Mickey Mouse is one of the most recognized celebrities in the world. Kermit the Frog has given live interviews. How many lunchboxes bear the face of Elvis, how many Elvis impersonators are earning a living today, and how much money did Elvis' image earn while he was alive compared to how much licensing has brought his estate after his death? Betty Boop is widely recognized, but how many women provided her voice, and can you name any of them? Deceased celebrities appear in films (John Coltrane in Vanilla Sky, Marlon Brando in Superman Returns). A dead author's byline continues to appear on new novels (V.C. Andrews). Were mythological figures like Hercules or Pandora based on real people, and how many people know their names today? How many people had heard of King Tutankhamen when he was alive versus the crowds that visit his treasures in museums today, and have you ever seen a King Tut Halloween mask? How many people had heard of Homer while he was alive, how many people read his works after his passing, and how many people today when they encounter his name think not of Odysseus, but instead, "Oooooh, donuts!"

Gwyneth: Excellent read and spot on. Thank you for that!

Kimberly: I know this is a bit off-topic, but I had to share... a dear friend of mine made a little extra money buying and selling books in his early teens. Seems he made an extra $10 US when he sold his paperback copy of Odysseus to an uninformed - and clearly not the owner - bookstore attendant. My friend had taken the liberty of inscribing an "autograph" inside that book that read... "Best wishes, Homer."

oops! i *did* mean the Odyssey... :P the Internet was lagged...

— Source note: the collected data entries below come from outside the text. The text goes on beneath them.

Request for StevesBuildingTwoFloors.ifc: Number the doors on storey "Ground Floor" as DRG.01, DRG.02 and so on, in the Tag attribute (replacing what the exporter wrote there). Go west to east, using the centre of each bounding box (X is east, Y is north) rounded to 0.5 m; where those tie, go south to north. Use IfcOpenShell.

First a look at what the model holds.

```python
import ifcopenshell
import ifcopenshell.util.element
import ifcopenshell.util.placement

model = ifcopenshell.open("StevesBuildingTwoFloors.ifc")
print(model.schema)
storey = next(s for s in model.by_type("IfcBuildingStorey") if s.Name == "Ground Floor")
doors = [e for e in ifcopenshell.util.element.get_decomposition(storey) if e.is_a("IfcDoor")]
for e in sorted(doors, key=lambda e: e.id()):
    origin = ifcopenshell.util.placement.get_local_placement(e.ObjectPlacement)[:3, 3]
    print(e.id(), e.Tag, e.Name, origin.round(2) + 0.0, sep=" | ")
```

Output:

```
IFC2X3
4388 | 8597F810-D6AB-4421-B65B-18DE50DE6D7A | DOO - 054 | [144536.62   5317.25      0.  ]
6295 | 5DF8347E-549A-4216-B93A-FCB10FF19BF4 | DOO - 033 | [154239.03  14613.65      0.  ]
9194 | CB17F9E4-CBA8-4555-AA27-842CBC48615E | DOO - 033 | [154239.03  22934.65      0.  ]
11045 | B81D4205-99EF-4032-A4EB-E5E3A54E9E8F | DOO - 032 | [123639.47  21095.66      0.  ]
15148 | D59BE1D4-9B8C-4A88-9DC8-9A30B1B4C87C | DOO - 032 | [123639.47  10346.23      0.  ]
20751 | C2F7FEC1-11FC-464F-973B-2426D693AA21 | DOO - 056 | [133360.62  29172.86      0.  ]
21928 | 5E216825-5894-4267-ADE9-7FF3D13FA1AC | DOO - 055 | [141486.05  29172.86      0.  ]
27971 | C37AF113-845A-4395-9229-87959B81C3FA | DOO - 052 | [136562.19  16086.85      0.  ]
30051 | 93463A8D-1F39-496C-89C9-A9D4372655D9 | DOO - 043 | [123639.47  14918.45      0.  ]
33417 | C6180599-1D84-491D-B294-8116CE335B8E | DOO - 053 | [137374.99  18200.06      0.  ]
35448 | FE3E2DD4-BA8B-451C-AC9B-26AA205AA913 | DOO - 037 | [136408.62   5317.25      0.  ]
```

```python
import ifcopenshell
import ifcopenshell.geom
import ifcopenshell.util.element
import ifcopenshell.util.shape

model = ifcopenshell.open("StevesBuildingTwoFloors.ifc")
settings = ifcopenshell.geom.settings()
settings.set("use-world-coords", True)


def centre(element):
    shape = ifcopenshell.geom.create_shape(settings, element)
    return ifcopenshell.util.shape.get_bbox_centroid(shape.geometry)


storey = next(s for s in model.by_type("IfcBuildingStorey") if s.Name == "Ground Floor")
doors = [e for e in ifcopenshell.util.element.get_decomposition(storey) if e.is_a("IfcDoor")]

# Insertion points can sit at a corner or the storey origin, so sort by the geometry (in metres).
centres = {e: centre(e) for e in doors}
doors.sort(key=lambda e: (round(centres[e][0] / 0.5), centres[e][1]))

for i, e in enumerate(doors, start=1):
    number = f"DRG.{i:02d}"
    e.Tag = number
    print(e.id(), number)

model.write("StevesBuildingTwoFloors_updated.ifc")
```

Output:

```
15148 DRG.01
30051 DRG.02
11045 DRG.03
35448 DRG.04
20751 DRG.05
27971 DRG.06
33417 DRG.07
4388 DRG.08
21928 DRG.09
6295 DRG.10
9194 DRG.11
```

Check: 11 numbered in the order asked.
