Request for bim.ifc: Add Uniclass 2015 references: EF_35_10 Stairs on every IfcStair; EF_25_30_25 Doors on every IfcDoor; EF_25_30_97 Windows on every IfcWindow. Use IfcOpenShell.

First a look at what the model holds.

```python
import ifcopenshell

model = ifcopenshell.open("bim.ifc")
print(model.schema)
print("classifications:", [c.Name for c in model.by_type("IfcClassification")])
for ifc_class in ("IfcDoor", "IfcRoof", "IfcStair", "IfcWall", "IfcWindow"):
    print(ifc_class, len(model.by_type(ifc_class)))
```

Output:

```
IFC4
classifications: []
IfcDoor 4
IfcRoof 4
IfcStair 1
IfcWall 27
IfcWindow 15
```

```python
import ifcopenshell
import ifcopenshell.api.classification

model = ifcopenshell.open("bim.ifc")

system = ifcopenshell.api.classification.add_classification(model, classification="Uniclass 2015")

codes = {
    "IfcStair": ("EF_35_10", "Stairs"),
    "IfcDoor": ("EF_25_30_25", "Doors"),
    "IfcWindow": ("EF_25_30_97", "Windows"),
}
for ifc_class, (code, name) in codes.items():
    products = model.by_type(ifc_class)
    ifcopenshell.api.classification.add_reference(
        model, products=products, classification=system, identification=code, name=name
    )
    print(code, len(products))

model.write("bim_rev.ifc")
```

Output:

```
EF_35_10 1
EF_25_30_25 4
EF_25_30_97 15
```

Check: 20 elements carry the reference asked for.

'Gibson plays with this notion a bit, by introducing an impossible marriage between a flesh-and-blood celebrity (a rock star) and an idoru'

I would not say it is 'impossible', given the formidable technology that Gibson imagines runs Rei Toi. She can project her physical presence into RL by way of holograms and is a Turing-level AI. A relationship based on mutual exploration of the spiritual (as is clearly what Rei Toi and Rez have) could work quite well, even if one partner trying to 'see the light' is litterally made OF light!

'Ray Kurzweil, the guru of the extropian movement'. Actually, I think Max More is the guru of the extropian movement. Kurzweil is a Singularitarian, which is not something the extropians subscribe to, because they view it as a temptation towards passivity and an expectation that a higher power will just solve our problems for us.

Extropia DaSilva-wants to get her hands on that hologram tech, pronto.

Max More is the father / guru of transhumanism (H+) and the author of the transhumanist philosophy of Extropy. Kruzweil is piggy-backing on More's ideas.